Babylon is the debut studio album by Welsh heavy metal band Skindred. The band was formed from members of the disbanded band Dub War, including leader Benji Webbe, and signed to RCA Records in 2002, who released the album on 3 July. The band felt that they were being treated poorly by the label, and left in 2004, signing with Bieler Bros. Records, who released the album internationally in association with Lava Records. Each version released featured a significantly altered track listing.

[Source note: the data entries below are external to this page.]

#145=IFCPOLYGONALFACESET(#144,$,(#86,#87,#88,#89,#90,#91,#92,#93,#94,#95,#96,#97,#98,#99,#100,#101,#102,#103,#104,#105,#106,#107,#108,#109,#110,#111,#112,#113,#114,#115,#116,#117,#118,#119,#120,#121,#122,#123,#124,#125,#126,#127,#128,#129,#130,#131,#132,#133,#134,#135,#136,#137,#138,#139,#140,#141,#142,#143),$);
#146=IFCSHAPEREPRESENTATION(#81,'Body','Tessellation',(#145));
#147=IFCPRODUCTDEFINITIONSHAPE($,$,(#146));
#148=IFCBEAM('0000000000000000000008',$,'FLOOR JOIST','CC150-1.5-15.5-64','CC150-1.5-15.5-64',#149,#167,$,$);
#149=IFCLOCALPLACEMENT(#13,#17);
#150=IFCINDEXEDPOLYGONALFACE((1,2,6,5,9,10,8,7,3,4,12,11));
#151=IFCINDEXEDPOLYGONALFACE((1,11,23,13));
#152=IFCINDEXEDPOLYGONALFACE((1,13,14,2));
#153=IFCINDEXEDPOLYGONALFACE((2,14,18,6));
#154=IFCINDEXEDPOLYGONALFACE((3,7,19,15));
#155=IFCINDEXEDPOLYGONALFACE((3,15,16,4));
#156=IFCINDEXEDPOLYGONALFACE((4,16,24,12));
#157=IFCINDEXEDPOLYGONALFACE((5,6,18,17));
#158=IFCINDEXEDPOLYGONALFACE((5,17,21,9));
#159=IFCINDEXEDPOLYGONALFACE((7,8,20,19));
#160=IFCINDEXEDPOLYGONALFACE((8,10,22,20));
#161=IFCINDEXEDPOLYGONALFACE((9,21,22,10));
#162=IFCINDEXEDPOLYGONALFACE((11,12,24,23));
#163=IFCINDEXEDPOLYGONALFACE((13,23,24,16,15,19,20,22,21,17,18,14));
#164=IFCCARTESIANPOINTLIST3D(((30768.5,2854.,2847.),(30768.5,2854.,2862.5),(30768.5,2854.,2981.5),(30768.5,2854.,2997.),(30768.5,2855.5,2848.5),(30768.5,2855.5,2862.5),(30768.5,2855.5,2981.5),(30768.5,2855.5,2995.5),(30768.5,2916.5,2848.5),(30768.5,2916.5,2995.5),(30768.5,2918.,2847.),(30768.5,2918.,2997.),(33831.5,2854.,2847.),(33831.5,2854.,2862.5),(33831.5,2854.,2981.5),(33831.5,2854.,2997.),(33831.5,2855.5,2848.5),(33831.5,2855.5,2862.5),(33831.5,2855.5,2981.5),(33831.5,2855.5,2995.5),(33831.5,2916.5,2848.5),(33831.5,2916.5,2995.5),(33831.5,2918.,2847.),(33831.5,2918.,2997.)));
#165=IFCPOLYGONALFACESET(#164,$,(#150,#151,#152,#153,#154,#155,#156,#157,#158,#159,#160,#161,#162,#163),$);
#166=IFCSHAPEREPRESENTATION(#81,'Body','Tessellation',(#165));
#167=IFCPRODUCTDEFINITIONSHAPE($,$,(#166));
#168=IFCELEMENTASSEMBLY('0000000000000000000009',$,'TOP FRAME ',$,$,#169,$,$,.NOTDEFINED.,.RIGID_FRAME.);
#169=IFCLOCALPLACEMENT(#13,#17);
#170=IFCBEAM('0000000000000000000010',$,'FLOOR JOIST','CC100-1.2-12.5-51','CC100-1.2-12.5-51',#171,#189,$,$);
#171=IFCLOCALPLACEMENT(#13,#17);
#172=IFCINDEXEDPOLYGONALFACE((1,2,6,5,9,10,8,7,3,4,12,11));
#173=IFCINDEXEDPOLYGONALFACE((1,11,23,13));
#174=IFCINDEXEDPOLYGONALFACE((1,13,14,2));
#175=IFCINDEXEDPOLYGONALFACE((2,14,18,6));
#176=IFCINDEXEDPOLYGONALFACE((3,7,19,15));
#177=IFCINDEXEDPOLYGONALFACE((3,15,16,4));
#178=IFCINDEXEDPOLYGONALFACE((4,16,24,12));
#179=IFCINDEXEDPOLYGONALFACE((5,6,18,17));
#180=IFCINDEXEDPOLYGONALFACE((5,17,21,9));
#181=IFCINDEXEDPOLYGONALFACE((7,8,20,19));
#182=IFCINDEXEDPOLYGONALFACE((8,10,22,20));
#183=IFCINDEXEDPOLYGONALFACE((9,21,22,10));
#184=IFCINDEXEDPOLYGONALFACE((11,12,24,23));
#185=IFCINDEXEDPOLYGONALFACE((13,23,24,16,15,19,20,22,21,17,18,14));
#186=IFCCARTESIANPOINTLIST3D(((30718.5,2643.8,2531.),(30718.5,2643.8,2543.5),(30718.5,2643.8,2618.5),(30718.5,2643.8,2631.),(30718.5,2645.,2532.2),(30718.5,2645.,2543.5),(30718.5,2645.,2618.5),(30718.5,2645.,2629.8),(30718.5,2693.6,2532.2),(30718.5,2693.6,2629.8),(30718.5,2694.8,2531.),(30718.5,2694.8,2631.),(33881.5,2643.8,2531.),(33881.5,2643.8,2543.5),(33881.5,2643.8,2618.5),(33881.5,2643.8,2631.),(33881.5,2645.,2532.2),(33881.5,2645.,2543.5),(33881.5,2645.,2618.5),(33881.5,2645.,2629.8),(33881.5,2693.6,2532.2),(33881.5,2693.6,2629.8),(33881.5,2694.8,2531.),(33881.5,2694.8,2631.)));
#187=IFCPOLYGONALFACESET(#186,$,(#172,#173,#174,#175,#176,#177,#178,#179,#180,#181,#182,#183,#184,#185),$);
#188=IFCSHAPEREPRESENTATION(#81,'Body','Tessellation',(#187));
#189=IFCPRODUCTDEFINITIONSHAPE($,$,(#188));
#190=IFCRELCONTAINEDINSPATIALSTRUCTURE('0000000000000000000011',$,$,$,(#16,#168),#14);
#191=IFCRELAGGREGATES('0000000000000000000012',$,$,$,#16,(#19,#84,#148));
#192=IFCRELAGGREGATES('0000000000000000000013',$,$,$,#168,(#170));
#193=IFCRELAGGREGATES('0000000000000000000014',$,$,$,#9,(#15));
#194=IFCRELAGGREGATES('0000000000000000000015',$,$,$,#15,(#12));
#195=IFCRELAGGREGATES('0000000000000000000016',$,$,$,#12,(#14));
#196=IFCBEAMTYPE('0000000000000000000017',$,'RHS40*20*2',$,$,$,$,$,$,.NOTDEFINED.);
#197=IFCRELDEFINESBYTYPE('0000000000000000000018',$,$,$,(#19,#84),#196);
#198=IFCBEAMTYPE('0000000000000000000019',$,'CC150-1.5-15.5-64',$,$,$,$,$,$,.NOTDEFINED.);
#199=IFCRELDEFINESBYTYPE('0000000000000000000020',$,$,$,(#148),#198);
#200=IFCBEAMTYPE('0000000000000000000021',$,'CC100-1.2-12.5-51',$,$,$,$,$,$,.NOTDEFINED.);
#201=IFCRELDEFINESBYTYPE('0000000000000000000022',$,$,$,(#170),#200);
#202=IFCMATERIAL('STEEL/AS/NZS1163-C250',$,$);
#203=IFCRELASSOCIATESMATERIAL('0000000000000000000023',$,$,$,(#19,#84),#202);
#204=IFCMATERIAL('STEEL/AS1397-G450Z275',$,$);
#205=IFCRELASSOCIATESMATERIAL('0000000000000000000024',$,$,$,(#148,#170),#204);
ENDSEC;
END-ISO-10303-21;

Promotion of the album included performing on a tour led by Korn. Two singles were released: "Nobody" and "Pressure", for which music videos were produced. Babylon has been well received by critics for its fusion of alternative metal and reggae. In 2004, the album peaked at number one on the Billboard Top Reggae Albums chart, number five on the Top Heatseekers chart and at number 189 on the Billboard 200. In 2006, the album again ranked at number one on the Top Reggae Albums chart.

== History ==
Singer Benji Webbe formed Skindred in 1998 with bassist Daniel Pugsley, guitarist Jeff Rose and drummer Martyn "Ginge" Ford after Webbe was unable to put together a new project featuring other members of his former band, Dub War. Skindred recorded their debut album, Babylon, with producer Howard Benson. The album was first released in 2002 by RCA Records, and reissued in 2003 with an altered track listing, achieving some success in Europe and amongst fans of heavy metal in the underground music scene in the United States. Band members Martyn "Ginge" Ford and Jeff Rose left the band following the release of the album, citing poor treatment by RCA. The band left RCA to sign with Bieler Bros. Records, who released the album internationally in association with Lava Records in 2004. This version featured different artwork, removed the songs "Falling Down," "Kiss and Make Up," and "Together", and included new interludes featuring dancehall musicians Jatoman Busha and Herbius Darussalam, and four new songs: "Start First", "We Want", "Tears" and "The Beginning of Sorrows".

== Music ==
Babylon features a style which the band refers to as "ragga metal", fusing heavy metal, punk rock and reggae influences. Benji Webbe has also jokingly referred to the band's musical style as "nu-reggae", in reference to the term nu metal. In his review of the album, AllMusic critic Johnny Loftus wrote that Babylon brought a new edge to the "blasé world" of rap rock, writing that "Emerging from the ashes of Dub War, Benji Webbe and company eschew that band's fetish for freely shifting sounds, in favor of a more focused ragga-rap-metal attack. It's not merely a facsimile of last year's money-making metal model. No, what little repetition does exist here comes from the dancehall influence, the harping and chatting over a nonstop groove."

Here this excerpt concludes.